# good stock motor?



## tc3er (Mar 10, 2005)

Hello,

I wanna get a new motor for my tc3 and i will continue to race stock.

Can you guys give any suggestions for a good stock motor?

Thanks

I was looking at the Reedy MVP, an EPIC Binary, Monster Horsepower Stock(trinity)...or something else?


----------



## 22Racer (Nov 18, 2001)

I depends on your track size. The Monster is a good overall motor, Binary or Roar stock have more rpm for a faster track that you dont have to slow down much. I race offroad so someone that races Tc might have a better idea.


----------



## tc3er (Mar 10, 2005)

i need to slow down, but it seems that my motor doesn't accelerate as fast as i'd like it too,

so can anyone else who races onroad carpet help plz?


----------



## hankster (Jan 1, 1998)

try a smaller pinion gear. That will slow down top end buy give you more acceleration.


----------



## oldnewbie (Feb 10, 2004)

putnam propulsion has the best motors


----------



## burbs (Apr 21, 2002)

why pay 45+ for a putnam, when you can buy the same motor from trinity direct for about 30... buy a good set of brushes,, and go... you dont need to pay 10-15 dollars extra for a sticker and one run brushes... i cant belive the price of all the new stock motors.. every month they seem to go up a buck.. thats why i run team one stuff.. good motors for around 35 buck built to go...no this isnt a plug, but price wise it a deal..


----------



## BradJ (Mar 30, 2004)

Just get a good 'ol Trinity Monster Pro (Not just a Monster) and a smaller pinion and start passing people. Always take good notes so you know if you are improving through your changes. Whatever you do, don't by a [email protected]$m MVP!


----------



## DynoMoHum (Sep 25, 2001)

Putnam and others will tweak the motor for you, which can actualy be worth the price they charge... 

Buying direct from Trinity/EPIC will give you a motor that may or may not run very well. Yes you can do the tweaking yourself, but it does take a little practice and there will be a few that just don't run very well no mater what you do to them, or sometimes because of what you do to them.

MVPs can run OK... and well he did say he wanted to slow down...  I personaly wouldn't run one unless I had to.


----------



## oldnewbie (Feb 10, 2004)

your paying 45$ for a putnam stock motor? lol


----------



## Todd Putnam (Mar 4, 1999)

*Burbs:* You are mistaken. You cannot purchase the same motor from Trinity as you can from us. Since I used to be Trinity's motor man, I know first hand on what is done there versus what is done here.

Our blueprinting process *far exceeds* applying a sticker, as anyone who has ever tried our products can attest to...hence the reason we've TQ'd the Snowbirds in stock, Won the Snowbirds the last 3 years, as well as winning Cleveland and TQ'ing and Winning the On Road Nats this past weekend.  

Some racers would rather pay an additional 5 or 10 bucks for a fully blueprinted and dyno tuned motor that is race ready out of the package.
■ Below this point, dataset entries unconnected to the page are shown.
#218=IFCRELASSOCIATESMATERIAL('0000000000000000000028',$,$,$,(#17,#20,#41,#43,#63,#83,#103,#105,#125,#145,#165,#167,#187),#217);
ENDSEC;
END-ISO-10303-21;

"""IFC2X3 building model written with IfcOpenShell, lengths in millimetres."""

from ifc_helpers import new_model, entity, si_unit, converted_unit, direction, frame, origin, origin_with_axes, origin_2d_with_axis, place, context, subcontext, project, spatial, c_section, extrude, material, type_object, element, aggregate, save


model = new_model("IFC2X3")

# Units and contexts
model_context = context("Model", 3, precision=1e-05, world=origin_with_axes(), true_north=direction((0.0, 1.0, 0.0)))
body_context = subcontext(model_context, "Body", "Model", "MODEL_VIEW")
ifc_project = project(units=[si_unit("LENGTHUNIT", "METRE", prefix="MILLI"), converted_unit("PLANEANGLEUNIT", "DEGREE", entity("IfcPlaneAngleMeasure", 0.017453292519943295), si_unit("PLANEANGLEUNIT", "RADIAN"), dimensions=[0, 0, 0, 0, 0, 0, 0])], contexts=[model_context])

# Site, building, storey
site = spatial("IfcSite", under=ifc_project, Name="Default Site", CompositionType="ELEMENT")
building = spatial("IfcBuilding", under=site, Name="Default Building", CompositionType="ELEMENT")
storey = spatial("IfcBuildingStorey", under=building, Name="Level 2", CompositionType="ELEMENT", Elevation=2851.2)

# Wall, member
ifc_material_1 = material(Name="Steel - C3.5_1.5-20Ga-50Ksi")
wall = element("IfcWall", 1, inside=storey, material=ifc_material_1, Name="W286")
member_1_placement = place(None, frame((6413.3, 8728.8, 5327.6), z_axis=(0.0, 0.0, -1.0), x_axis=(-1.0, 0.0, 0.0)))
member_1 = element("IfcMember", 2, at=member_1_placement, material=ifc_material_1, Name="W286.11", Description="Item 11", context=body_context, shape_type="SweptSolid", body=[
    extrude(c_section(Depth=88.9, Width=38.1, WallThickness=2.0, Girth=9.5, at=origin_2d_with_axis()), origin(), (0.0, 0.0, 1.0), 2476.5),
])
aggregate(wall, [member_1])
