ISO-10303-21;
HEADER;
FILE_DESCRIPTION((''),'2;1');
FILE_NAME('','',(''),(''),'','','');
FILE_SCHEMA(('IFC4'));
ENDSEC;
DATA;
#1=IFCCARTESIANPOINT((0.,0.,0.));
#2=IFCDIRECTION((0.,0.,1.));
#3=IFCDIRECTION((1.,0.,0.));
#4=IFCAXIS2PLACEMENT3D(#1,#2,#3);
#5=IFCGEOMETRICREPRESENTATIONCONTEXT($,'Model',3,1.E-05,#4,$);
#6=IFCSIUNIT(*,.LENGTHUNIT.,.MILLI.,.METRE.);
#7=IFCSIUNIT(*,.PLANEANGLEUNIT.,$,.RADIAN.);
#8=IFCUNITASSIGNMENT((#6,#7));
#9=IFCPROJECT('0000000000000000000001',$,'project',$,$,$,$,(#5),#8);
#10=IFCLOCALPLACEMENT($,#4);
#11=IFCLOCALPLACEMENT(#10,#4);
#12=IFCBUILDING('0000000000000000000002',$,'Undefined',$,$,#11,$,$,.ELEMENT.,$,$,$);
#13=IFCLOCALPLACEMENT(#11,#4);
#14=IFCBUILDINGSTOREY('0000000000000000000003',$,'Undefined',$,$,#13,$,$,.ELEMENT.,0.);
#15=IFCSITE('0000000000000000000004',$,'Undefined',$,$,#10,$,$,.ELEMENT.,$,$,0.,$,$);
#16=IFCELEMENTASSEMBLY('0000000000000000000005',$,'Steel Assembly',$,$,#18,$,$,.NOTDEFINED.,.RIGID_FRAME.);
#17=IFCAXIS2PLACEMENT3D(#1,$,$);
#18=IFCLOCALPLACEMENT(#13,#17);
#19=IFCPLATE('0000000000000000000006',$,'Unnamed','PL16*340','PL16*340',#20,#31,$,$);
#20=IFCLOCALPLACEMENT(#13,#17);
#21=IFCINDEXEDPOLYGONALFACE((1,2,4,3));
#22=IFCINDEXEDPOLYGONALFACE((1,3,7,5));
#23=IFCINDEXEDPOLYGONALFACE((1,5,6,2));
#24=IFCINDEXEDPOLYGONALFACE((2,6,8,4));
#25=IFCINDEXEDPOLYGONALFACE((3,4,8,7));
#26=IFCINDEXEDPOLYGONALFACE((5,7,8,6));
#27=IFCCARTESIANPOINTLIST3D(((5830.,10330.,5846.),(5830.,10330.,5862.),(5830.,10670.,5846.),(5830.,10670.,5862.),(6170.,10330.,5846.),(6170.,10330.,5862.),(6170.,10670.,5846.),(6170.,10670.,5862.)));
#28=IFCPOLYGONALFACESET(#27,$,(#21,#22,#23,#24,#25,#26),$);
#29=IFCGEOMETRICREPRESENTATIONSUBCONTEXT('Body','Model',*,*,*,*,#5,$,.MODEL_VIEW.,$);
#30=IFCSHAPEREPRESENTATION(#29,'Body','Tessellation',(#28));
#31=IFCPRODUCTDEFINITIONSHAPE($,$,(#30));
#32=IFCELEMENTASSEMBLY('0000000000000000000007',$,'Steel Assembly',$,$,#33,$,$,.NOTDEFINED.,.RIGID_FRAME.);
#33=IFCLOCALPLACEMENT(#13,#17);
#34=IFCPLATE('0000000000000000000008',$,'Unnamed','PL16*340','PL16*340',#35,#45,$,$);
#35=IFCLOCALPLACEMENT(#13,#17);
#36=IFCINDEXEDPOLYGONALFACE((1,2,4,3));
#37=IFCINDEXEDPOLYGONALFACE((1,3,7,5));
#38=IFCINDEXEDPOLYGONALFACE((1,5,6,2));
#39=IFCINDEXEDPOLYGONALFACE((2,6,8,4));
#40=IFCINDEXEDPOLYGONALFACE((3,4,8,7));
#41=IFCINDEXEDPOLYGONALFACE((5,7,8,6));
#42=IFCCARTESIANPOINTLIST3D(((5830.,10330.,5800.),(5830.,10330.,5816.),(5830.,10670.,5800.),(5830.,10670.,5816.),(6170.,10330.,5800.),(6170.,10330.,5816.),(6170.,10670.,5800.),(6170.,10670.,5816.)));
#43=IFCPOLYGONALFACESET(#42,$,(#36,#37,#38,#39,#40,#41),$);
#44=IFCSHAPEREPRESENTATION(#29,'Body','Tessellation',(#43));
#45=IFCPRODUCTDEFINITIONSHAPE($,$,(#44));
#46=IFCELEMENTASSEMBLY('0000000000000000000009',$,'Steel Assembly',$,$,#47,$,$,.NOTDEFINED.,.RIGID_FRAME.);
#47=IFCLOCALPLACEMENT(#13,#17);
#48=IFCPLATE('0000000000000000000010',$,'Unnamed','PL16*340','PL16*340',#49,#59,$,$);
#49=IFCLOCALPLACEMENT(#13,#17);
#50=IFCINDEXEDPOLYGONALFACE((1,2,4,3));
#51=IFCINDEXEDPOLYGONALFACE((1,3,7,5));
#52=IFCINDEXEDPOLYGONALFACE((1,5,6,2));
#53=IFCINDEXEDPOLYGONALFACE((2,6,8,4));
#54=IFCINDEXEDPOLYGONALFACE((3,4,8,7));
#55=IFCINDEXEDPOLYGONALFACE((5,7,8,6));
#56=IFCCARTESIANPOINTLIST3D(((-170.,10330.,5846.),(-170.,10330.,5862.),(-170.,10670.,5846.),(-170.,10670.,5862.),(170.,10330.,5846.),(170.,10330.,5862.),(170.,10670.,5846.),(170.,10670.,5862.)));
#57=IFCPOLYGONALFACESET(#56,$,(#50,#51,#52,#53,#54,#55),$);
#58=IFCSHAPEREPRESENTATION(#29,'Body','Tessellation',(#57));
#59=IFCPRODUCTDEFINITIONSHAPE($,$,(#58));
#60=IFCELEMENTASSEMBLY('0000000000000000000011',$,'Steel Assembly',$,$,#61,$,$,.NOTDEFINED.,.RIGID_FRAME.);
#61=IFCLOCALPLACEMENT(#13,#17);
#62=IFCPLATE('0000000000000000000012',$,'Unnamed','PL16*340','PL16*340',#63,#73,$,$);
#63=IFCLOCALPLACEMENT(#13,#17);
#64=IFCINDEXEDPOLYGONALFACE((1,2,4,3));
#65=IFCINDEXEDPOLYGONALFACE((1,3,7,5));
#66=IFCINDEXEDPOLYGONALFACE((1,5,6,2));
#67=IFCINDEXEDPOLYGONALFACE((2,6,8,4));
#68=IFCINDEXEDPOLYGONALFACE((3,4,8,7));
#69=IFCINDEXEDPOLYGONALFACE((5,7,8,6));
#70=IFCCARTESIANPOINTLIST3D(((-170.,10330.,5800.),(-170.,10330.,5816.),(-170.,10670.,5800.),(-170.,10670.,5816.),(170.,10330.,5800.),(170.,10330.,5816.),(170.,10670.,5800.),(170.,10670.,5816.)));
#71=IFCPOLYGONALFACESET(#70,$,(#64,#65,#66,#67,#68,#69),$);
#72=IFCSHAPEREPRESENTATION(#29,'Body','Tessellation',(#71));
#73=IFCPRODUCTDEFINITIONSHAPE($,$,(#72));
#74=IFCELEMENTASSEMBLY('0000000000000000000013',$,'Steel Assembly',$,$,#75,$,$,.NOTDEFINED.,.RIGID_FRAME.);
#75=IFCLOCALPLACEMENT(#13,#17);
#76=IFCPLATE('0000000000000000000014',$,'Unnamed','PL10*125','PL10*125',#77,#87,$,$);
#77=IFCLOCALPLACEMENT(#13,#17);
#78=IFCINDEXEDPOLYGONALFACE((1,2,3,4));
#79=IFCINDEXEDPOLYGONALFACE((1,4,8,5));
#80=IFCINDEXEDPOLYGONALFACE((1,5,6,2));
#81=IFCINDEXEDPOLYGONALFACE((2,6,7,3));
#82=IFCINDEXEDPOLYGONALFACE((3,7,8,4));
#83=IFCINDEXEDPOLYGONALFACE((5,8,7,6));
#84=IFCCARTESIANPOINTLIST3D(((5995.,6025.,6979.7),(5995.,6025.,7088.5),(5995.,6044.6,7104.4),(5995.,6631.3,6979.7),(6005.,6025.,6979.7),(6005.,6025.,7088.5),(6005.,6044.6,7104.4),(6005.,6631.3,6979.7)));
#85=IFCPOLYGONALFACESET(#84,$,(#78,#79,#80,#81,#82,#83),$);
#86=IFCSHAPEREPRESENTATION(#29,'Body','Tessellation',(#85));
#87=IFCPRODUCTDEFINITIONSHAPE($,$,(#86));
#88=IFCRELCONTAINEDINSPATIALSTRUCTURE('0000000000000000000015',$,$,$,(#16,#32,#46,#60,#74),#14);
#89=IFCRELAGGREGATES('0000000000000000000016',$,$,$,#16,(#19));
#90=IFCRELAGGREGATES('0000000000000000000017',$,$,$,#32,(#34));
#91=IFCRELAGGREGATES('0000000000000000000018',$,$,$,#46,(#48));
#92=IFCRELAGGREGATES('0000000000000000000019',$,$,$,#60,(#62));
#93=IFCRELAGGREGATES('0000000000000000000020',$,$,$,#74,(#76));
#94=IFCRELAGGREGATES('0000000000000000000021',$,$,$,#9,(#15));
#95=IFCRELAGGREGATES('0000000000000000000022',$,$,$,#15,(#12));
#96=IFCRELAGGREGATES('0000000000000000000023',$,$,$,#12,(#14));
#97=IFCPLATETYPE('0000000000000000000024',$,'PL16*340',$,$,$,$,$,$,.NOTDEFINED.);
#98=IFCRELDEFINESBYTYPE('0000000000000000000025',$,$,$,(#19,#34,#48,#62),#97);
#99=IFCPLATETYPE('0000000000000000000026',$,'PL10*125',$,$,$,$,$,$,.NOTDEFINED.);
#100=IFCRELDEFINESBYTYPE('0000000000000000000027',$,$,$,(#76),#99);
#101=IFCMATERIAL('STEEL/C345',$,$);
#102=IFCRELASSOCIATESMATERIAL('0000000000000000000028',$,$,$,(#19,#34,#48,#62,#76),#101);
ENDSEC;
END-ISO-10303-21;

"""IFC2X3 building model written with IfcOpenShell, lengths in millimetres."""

from ifc_helpers import new_model, si_unit, frame, origin_with_axes, place, context, subcontext, project, spatial, polyline, outline, extrude, material, type_object, element, aggregate, save


model = new_model("IFC2X3")

# Units and contexts
model_context = context("Model", 3, precision=1e-05, world=origin_with_axes())
body_context = subcontext(model_context, "Body", "Model", "MODEL_VIEW")
ifc_project = project(units=[si_unit("LENGTHUNIT", "METRE", prefix="MILLI"), si_unit("PLANEANGLEUNIT", "RADIAN")], contexts=[model_context])

# Site, building, storey
site_placement = place(None, origin_with_axes())
site = spatial("IfcSite", under=ifc_project, at=site_placement, Name="Undefined", CompositionType="ELEMENT", RefElevation=0.0)
building_placement = place(site_placement, origin_with_axes())
building = spatial("IfcBuilding", under=site, at=building_placement, Name="Undefined", CompositionType="ELEMENT")
storey_placement = place(building_placement, origin_with_axes())
storey = spatial("IfcBuildingStorey", under=building, at=storey_placement, Name="Undefined", CompositionType="ELEMENT", Elevation=0.0)

# Shared definitions
ifc_material_1 = material(Name="STEEL/C345")

# Element assemblies, plates
assembly_1_placement = place(storey_placement, origin_with_axes())
assembly_1 = element("IfcElementAssembly", 1, at=assembly_1_placement, inside=storey, Name="Steel Assembly", AssemblyPlace="NOTDEFINED", PredefinedType="RIGID_FRAME")
plate_type_1 = type_object("IfcPlateType", Name="PL16*340", PredefinedType="NOTDEFINED")
plate_1_placement = place(assembly_1_placement, frame((5830.0, 10330.0, 5854.0), z_axis=(0.0, 0.0, -1.0), x_axis=(0.0, 1.0, 0.0)))
plate_1 = element("IfcPlate", 2, at=plate_1_placement, type_object=plate_type_1, material=ifc_material_1, Name="Unnamed", Description="PL16*340", ObjectType="PL16*340", context=body_context, shape_type="SweptSolid", body=[
    extrude(outline(polyline([(0.0, 0.0), (340.0, 0.0), (340.0, 340.0), (0.0, 340.0), (0.0, 0.0)])), frame((0.0, 0.0, -8.0), z_axis=(0.0, 0.0, 1.0), x_axis=(1.0, 0.0, 0.0)), (0.0, 0.0, 1.0), 16.0),
])
aggregate(assembly_1, [plate_1])
assembly_2_placement = place(storey_placement, origin_with_axes())
assembly_2 = element("IfcElementAssembly", 3, at=assembly_2_placement, inside=storey, Name="Steel Assembly", AssemblyPlace="NOTDEFINED", PredefinedType="RIGID_FRAME")
plate_2_placement = place(assembly_2_placement, frame((5830.0, 10330.0, 5808.0), z_axis=(0.0, 0.0, -1.0), x_axis=(0.0, 1.0, 0.0)))
plate_2 = element("IfcPlate", 4, at=plate_2_placement, type_object=plate_type_1, material=ifc_material_1, Name="Unnamed", Description="PL16*340", ObjectType="PL16*340", context=body_context, shape_type="SweptSolid", body=[
    extrude(outline(polyline([(0.0, 0.0), (340.0, 0.0), (340.0, 340.0), (0.0, 340.0), (0.0, 0.0)])), frame((0.0, 0.0, -8.0), z_axis=(0.0, 0.0, 1.0), x_axis=(1.0, 0.0, 0.0)), (0.0, 0.0, 1.0), 16.0),
])
aggregate(assembly_2, [plate_2])
assembly_3_placement = place(storey_placement, origin_with_axes())
assembly_3 = element("IfcElementAssembly", 5, at=assembly_3_placement, inside=storey, Name="Steel Assembly", AssemblyPlace="NOTDEFINED", PredefinedType="RIGID_FRAME")
plate_3_placement = place(assembly_3_placement, frame((-170.0, 10330.0, 5854.0), z_axis=(0.0, 0.0, -1.0), x_axis=(0.0, 1.0, 0.0)))
plate_3 = element("IfcPlate", 6, at=plate_3_placement, type_object=plate_type_1, material=ifc_material_1, Name="Unnamed", Description="PL16*340", ObjectType="PL16*340", context=body_context, shape_type="SweptSolid", body=[
    extrude(outline(polyline([(0.0, 0.0), (340.0, 0.0), (340.0, 340.0), (0.0, 340.0), (0.0, 0.0)])), frame((0.0, 0.0, -8.0), z_axis=(0.0, 0.0, 1.0), x_axis=(1.0, 0.0, 0.0)), (0.0, 0.0, 1.0), 16.0),
])
aggregate(assembly_3, [plate_3])
assembly_4_placement = place(storey_placement, origin_with_axes())
assembly_4 = element("IfcElementAssembly", 7, at=assembly_4_placement, inside=storey, Name="Steel Assembly", AssemblyPlace="NOTDEFINED", PredefinedType="RIGID_FRAME")
plate_4_placement = place(assembly_4_placement, frame((-170.0, 10330.0, 5808.0), z_axis=(0.0, 0.0, -1.0), x_axis=(0.0, 1.0, 0.0)))
plate_4 = element("IfcPlate", 8, at=plate_4_placement, type_object=plate_type_1, material=ifc_material_1, Name="Unnamed", Description="PL16*340", ObjectType="PL16*340", context=body_context, shape_type="SweptSolid", body=[
    extrude(outline(polyline([(0.0, 0.0), (340.0, 0.0), (340.0, 340.0), (0.0, 340.0), (0.0, 0.0)])), frame((0.0, 0.0, -8.0), z_axis=(0.0, 0.0, 1.0), x_axis=(1.0, 0.0, 0.0)), (0.0, 0.0, 1.0), 16.0),
])
aggregate(assembly_4, [plate_4])
assembly_5_placement = place(storey_placement, origin_with_axes())
assembly_5 = element("IfcElementAssembly", 9, at=assembly_5_placement, inside=storey, Name="Steel Assembly", AssemblyPlace="NOTDEFINED", PredefinedType="RIGID_FRAME")
plate_type_2 = type_object("IfcPlateType", Name="PL10*125", PredefinedType="NOTDEFINED")
plate_5_placement = place(assembly_5_placement, frame((6000.0, 6631.3, 6979.7), z_axis=(-1.0, 0.0, 0.0), x_axis=(0.0, -1.0, 0.0)))
plate_5 = element("IfcPlate", 10, at=plate_5_placement, type_object=plate_type_2, material=ifc_material_1, Name="Unnamed", Description="PL10*125", ObjectType="PL10*125", context=body_context, shape_type="SweptSolid", body=[
    extrude(outline(polyline([(0.0, 0.0), (606.3, 0.0), (606.3, 108.8), (586.7, 124.7), (0.0, 0.0)])), frame((0.0, 0.0, -5.0), z_axis=(0.0, 0.0, 1.0), x_axis=(1.0, 0.0, 0.0)), (0.0, 0.0, 1.0), 10.0),
])
aggregate(assembly_5, [plate_5])

save(model, "model.ifc")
Since not every racer owns an armature balancer, as well as a magnetizer, dyno, etc; then they cannot purchase a generic motor and perform the same blueprinting process that we perform here. Furthermore, since the majority of the other motor companies do not own all of this equipment either, much less have their own proprietary brush compounds as we do, I can safely say that they cannot even perform the same blueprinting process that we utilize. 

As far as your comments regarding one-run brushes, again, you are obviously mistaken. If you cannot get more than one run out of our brushes, or any other companies brush for that matter, feel free to contact me during business hours at the shop and I will help you determine what you are doing wrong, (set up, gearing, etc.) 

Regards,
Todd Putnam
Putnam Propulsion
www.putnampropulsion.com
518-452-0422


----------



## 22Racer (Nov 18, 2001)

Todd, I have never tried your motors but always heard good things about them. I was asking the guy I get my motors from what kind of brushes to run in a stock motor for a big offroad race coming up. He sells your brushes but didn't recommend them because it was to much amp draw. this is what he said.The (Roar stock) is not a good motor for off road... They build such high amp draw in the stop and start type of racing. The best is the Binary or Monster. 
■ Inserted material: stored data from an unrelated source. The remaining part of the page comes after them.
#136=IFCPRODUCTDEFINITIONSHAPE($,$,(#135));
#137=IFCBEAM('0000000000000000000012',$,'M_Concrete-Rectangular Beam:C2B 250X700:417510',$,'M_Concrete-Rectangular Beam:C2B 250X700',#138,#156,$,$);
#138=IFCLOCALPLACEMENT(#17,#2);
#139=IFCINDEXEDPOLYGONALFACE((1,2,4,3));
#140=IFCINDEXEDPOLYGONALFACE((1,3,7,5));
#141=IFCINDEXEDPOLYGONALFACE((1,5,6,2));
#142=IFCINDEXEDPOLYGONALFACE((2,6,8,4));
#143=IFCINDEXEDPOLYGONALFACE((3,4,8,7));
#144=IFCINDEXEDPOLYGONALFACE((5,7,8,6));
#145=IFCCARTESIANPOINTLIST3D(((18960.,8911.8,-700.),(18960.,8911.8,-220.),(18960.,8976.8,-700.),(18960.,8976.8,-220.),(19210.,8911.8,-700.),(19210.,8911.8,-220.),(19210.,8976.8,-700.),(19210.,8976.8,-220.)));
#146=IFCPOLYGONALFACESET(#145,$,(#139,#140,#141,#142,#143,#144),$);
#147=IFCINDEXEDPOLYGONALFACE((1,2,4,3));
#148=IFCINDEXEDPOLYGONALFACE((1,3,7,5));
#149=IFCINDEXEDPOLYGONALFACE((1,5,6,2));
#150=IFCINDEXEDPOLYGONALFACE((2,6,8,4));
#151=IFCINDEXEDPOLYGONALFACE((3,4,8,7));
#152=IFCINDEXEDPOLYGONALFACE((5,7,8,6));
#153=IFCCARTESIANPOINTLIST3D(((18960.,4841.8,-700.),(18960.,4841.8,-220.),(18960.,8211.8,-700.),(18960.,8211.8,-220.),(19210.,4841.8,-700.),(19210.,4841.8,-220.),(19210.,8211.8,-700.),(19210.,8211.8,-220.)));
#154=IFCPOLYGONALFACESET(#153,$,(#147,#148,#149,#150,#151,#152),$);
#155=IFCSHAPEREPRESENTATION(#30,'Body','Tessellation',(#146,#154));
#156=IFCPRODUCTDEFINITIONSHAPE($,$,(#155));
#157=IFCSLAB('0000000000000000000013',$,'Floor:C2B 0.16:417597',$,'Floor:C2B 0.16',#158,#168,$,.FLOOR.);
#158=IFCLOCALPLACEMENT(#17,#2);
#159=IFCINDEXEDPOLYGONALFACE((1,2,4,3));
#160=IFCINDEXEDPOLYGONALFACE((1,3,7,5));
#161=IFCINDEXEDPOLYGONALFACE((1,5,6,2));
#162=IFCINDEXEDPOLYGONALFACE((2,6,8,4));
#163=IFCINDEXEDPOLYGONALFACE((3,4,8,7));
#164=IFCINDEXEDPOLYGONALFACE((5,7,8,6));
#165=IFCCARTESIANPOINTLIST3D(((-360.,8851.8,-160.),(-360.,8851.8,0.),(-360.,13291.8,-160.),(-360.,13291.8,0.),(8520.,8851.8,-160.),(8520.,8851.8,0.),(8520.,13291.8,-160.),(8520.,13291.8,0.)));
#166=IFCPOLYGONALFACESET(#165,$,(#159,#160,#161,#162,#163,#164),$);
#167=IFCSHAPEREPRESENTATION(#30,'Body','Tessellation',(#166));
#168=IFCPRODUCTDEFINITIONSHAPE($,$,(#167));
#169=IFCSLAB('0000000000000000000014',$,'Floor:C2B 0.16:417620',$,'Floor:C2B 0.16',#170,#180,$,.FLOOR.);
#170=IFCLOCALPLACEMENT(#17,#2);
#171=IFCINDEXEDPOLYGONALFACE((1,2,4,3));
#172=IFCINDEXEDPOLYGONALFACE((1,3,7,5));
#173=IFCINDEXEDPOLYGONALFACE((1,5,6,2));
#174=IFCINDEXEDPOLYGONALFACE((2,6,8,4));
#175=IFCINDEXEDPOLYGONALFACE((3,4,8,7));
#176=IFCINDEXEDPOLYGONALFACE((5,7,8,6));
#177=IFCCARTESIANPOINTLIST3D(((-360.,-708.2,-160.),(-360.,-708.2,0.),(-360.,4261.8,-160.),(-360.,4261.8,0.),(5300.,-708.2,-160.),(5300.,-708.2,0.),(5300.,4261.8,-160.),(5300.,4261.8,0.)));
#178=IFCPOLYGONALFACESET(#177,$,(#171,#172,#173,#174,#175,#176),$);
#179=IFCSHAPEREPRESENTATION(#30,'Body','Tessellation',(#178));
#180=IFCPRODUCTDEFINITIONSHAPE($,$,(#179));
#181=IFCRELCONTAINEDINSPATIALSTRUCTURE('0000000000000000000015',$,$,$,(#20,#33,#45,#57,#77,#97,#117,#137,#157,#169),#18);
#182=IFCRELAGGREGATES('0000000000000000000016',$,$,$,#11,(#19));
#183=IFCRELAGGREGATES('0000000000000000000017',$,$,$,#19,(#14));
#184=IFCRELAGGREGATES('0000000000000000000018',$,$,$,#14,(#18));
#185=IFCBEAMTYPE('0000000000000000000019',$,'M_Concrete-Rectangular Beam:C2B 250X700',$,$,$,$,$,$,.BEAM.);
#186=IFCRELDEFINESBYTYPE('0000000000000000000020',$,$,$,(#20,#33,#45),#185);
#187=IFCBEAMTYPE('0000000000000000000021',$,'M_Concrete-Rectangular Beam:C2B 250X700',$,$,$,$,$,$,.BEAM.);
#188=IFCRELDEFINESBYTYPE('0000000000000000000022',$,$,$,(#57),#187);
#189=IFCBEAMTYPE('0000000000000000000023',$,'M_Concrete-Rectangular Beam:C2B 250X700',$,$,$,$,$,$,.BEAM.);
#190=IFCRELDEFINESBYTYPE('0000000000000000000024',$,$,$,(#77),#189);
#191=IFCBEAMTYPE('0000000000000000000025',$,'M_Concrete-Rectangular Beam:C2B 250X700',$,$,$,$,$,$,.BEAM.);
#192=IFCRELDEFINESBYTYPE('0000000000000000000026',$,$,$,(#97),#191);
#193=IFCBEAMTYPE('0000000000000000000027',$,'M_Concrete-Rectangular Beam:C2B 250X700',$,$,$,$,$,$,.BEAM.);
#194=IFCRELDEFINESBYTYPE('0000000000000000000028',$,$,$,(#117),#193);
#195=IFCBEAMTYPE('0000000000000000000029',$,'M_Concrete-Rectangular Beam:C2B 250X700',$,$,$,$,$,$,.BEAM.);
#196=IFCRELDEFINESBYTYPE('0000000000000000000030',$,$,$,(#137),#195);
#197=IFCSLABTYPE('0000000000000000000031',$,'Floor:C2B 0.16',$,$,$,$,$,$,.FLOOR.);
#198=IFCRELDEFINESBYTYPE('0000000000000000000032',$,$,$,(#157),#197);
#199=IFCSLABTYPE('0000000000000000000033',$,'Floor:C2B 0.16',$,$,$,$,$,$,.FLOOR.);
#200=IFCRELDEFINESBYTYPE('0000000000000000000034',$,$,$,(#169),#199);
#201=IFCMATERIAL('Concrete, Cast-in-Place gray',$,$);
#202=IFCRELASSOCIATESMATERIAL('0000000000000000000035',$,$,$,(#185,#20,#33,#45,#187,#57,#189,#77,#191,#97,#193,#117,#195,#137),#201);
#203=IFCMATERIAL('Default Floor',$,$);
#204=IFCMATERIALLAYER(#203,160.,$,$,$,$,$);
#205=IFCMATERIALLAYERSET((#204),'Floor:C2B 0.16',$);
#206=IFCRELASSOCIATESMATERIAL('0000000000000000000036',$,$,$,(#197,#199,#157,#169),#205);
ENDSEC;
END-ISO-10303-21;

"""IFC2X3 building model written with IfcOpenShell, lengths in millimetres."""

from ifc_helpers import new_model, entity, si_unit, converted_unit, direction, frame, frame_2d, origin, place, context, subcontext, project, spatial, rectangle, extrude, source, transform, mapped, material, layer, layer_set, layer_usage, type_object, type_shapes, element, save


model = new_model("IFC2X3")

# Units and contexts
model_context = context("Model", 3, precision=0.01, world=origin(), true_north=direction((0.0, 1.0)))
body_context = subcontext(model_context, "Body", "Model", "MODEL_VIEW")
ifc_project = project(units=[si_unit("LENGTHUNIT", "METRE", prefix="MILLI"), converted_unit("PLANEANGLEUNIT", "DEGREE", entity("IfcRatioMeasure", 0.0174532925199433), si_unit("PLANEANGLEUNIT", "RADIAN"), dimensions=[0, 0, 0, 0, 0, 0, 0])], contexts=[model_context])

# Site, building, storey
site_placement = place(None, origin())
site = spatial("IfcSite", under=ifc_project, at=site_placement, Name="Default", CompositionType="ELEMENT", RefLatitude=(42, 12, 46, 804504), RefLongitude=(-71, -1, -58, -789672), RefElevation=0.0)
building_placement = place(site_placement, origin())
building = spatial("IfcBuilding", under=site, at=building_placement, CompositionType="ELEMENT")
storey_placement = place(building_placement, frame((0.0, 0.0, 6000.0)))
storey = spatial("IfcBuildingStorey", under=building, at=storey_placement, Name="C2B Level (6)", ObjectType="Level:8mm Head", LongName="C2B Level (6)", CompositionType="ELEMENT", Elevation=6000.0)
As for brushes… Putnam’s are not the brush to use in off road either as they create a high amp draw also and are very hard on the comm. In oval racing we build motors with Putnam’s almost every run. 

 Do you agree? Wich motor do you like for stock offroad? Track has very good traction, 100x 60 indoor black dirt. We are running both buggy and truck.
Thanks, Rex


----------



## Todd Putnam (Mar 4, 1999)

Rex,

In any stock application, you need the most horsepower, (watts) you can get. He was correct on the motor choice, (Monster is the preferred Off Road Stock) but is mistaken regarding brushes and amp draw. Heck, we won the ROAR Stock Offroad Nats last year... 

Call me at the shop and I'll steer you in the right direction.

Hope this helps,
Todd Putnam
Putnam Propulsion
www.putnampropulsion.com
518-452-0422


----------



## JB_The_Evader (Mar 31, 2002)

Whatever you get, get something from a tuner. I've got two tuned monster stock motors from Birdman and one monster stock pro straight from birdman, and the two birdman motors outperform the one straight from the factory. You have a much better chance of getting a dud (and by that I mean a poorly performing motor, not a dead motor) from the factory than from a tuner. 

I like the monster stock for all applications personally. I use it in both TC and 2wd buggy.


----------